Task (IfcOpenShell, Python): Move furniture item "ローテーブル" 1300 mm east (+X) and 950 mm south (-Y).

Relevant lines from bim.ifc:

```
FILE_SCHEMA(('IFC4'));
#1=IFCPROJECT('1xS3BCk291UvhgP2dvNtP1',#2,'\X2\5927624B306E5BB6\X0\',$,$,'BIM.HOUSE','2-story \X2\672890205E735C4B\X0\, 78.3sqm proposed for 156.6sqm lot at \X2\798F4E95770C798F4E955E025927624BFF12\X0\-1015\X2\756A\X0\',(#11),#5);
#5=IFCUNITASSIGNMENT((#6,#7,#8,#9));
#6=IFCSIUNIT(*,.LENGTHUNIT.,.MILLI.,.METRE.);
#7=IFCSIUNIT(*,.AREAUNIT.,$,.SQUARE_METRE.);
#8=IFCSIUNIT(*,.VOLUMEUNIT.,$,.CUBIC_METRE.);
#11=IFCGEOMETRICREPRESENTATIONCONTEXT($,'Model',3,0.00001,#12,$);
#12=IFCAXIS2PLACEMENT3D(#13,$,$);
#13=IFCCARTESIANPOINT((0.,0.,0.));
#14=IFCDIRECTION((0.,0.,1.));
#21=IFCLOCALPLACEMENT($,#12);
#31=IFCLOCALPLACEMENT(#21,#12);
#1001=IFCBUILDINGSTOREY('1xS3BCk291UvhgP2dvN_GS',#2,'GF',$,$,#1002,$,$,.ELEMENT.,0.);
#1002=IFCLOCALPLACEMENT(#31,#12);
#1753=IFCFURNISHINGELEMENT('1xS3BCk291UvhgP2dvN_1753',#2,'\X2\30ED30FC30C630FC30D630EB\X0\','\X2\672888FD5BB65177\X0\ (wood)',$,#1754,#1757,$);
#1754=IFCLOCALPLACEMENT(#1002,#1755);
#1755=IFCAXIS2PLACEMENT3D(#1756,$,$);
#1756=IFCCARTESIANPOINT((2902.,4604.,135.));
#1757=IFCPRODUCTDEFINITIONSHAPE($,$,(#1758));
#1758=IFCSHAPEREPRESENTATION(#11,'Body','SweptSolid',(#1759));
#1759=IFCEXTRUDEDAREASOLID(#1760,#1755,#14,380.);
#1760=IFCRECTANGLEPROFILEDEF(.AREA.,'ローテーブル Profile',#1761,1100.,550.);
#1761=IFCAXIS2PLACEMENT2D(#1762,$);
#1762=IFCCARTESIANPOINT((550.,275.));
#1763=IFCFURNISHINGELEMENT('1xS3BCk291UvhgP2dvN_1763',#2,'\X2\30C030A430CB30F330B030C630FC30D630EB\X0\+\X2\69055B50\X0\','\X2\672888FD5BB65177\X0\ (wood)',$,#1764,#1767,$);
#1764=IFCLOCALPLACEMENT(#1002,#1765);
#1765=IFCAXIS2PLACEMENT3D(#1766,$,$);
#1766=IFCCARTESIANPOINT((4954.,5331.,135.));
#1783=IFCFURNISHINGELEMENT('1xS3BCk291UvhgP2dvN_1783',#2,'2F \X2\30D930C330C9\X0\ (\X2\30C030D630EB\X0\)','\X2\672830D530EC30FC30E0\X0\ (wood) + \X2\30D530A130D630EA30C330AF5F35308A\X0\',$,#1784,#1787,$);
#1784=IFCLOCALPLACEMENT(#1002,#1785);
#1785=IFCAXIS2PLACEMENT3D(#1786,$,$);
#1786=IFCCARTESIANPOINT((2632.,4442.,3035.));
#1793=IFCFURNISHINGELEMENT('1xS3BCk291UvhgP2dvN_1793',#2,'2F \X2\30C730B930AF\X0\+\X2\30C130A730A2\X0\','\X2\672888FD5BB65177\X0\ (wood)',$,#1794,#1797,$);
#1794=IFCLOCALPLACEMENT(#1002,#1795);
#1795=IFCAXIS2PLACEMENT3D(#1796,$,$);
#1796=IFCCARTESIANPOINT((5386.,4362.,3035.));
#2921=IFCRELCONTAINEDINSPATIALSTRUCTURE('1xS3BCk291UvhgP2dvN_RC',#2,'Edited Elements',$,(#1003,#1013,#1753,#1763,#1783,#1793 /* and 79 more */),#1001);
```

```python
import ifcopenshell
import ifcopenshell.api.geometry
import ifcopenshell.util.placement

model = ifcopenshell.open("bim.ifc")

item = model.by_guid("1xS3BCk291UvhgP2dvN_1753")
matrix = ifcopenshell.util.placement.get_local_placement(item.ObjectPlacement)
matrix[0, 3] += 1300.0
matrix[1, 3] -= 950.0
ifcopenshell.api.geometry.edit_object_placement(model, product=item, matrix=matrix, is_si=False)

print(ifcopenshell.util.placement.get_local_placement(item.ObjectPlacement).round(3) + 0.0)

model.write("bim-out.ifc")
```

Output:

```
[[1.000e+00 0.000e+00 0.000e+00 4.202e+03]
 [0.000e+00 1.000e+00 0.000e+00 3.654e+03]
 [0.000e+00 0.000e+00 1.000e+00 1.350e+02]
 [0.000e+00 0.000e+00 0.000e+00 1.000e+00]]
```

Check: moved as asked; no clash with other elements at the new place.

# Task objective:
Go through the records and output them all, word for word.

# Answer to this task:
Task (IfcOpenShell, Python): Move furniture item "ローテーブル" 1300 mm east (+X) and 950 mm south (-Y).

Relevant lines from bim.ifc:

```
FILE_SCHEMA(('IFC4'));
#1=IFCPROJECT('1xS3BCk291UvhgP2dvNtP1',#2,'\X2\5927624B306E5BB6\X0\',$,$,'BIM.HOUSE','2-story \X2\672890205E735C4B\X0\, 78.3sqm proposed for 156.6sqm lot at \X2\798F4E95770C798F4E955E025927624BFF12\X0\-1015\X2\756A\X0\',(#11),#5);
#5=IFCUNITASSIGNMENT((#6,#7,#8,#9));
#6=IFCSIUNIT(*,.LENGTHUNIT.,.MILLI.,.METRE.);
#7=IFCSIUNIT(*,.AREAUNIT.,$,.SQUARE_METRE.);
#8=IFCSIUNIT(*,.VOLUMEUNIT.,$,.CUBIC_METRE.);
#11=IFCGEOMETRICREPRESENTATIONCONTEXT($,'Model',3,0.00001,#12,$);
#12=IFCAXIS2PLACEMENT3D(#13,$,$);
#13=IFCCARTESIANPOINT((0.,0.,0.));
#14=IFCDIRECTION((0.,0.,1.));
#21=IFCLOCALPLACEMENT($,#12);
#31=IFCLOCALPLACEMENT(#21,#12);
#1001=IFCBUILDINGSTOREY('1xS3BCk291UvhgP2dvN_GS',#2,'GF',$,$,#1002,$,$,.ELEMENT.,0.);
#1002=IFCLOCALPLACEMENT(#31,#12);
#1753=IFCFURNISHINGELEMENT('1xS3BCk291UvhgP2dvN_1753',#2,'\X2\30ED30FC30C630FC30D630EB\X0\','\X2\672888FD5BB65177\X0\ (wood)',$,#1754,#1757,$);
#1754=IFCLOCALPLACEMENT(#1002,#1755);
#1755=IFCAXIS2PLACEMENT3D(#1756,$,$);
#1756=IFCCARTESIANPOINT((2902.,4604.,135.));
#1757=IFCPRODUCTDEFINITIONSHAPE($,$,(#1758));
#1758=IFCSHAPEREPRESENTATION(#11,'Body','SweptSolid',(#1759));
#1759=IFCEXTRUDEDAREASOLID(#1760,#1755,#14,380.);
#1760=IFCRECTANGLEPROFILEDEF(.AREA.,'ローテーブル Profile',#1761,1100.,550.);
#1761=IFCAXIS2PLACEMENT2D(#1762,$);
#1762=IFCCARTESIANPOINT((550.,275.));
#1763=IFCFURNISHINGELEMENT('1xS3BCk291UvhgP2dvN_1763',#2,'\X2\30C030A430CB30F330B030C630FC30D630EB\X0\+\X2\69055B50\X0\','\X2\672888FD5BB65177\X0\ (wood)',$,#1764,#1767,$);
#1764=IFCLOCALPLACEMENT(#1002,#1765);
#1765=IFCAXIS2PLACEMENT3D(#1766,$,$);
#1766=IFCCARTESIANPOINT((4954.,5331.,135.));
#1783=IFCFURNISHINGELEMENT('1xS3BCk291UvhgP2dvN_1783',#2,'2F \X2\30D930C330C9\X0\ (\X2\30C030D630EB\X0\)','\X2\672830D530EC30FC30E0\X0\ (wood) + \X2\30D530A130D630EA30C330AF5F35308A\X0\',$,#1784,#1787,$);
#1784=IFCLOCALPLACEMENT(#1002,#1785);
#1785=IFCAXIS2PLACEMENT3D(#1786,$,$);
#1786=IFCCARTESIANPOINT((2632.,4442.,3035.));
#1793=IFCFURNISHINGELEMENT('1xS3BCk291UvhgP2dvN_1793',#2,'2F \X2\30C730B930AF\X0\+\X2\30C130A730A2\X0\','\X2\672888FD5BB65177\X0\ (wood)',$,#1794,#1797,$);
#1794=IFCLOCALPLACEMENT(#1002,#1795);
#1795=IFCAXIS2PLACEMENT3D(#1796,$,$);
#1796=IFCCARTESIANPOINT((5386.,4362.,3035.));
#2921=IFCRELCONTAINEDINSPATIALSTRUCTURE('1xS3BCk291UvhgP2dvN_RC',#2,'Edited Elements',$,(#1003,#1013,#1753,#1763,#1783,#1793 /* and 79 more */),#1001);
```

```python
import ifcopenshell
import ifcopenshell.api.geometry
import ifcopenshell.util.placement

model = ifcopenshell.open("bim.ifc")

item = model.by_guid("1xS3BCk291UvhgP2dvN_1753")
matrix = ifcopenshell.util.placement.get_local_placement(item.ObjectPlacement)
matrix[0, 3] += 1300.0
matrix[1, 3] -= 950.0
ifcopenshell.api.geometry.edit_object_placement(model, product=item, matrix=matrix, is_si=False)

print(ifcopenshell.util.placement.get_local_placement(item.ObjectPlacement).round(3) + 0.0)

model.write("bim-out.ifc")
```

Output:

```
[[1.000e+00 0.000e+00 0.000e+00 4.202e+03]
 [0.000e+00 1.000e+00 0.000e+00 3.654e+03]
 [0.000e+00 0.000e+00 1.000e+00 1.350e+02]
 [0.000e+00 0.000e+00 0.000e+00 1.000e+00]]
```

Check: moved as asked; no clash with other elements at the new place.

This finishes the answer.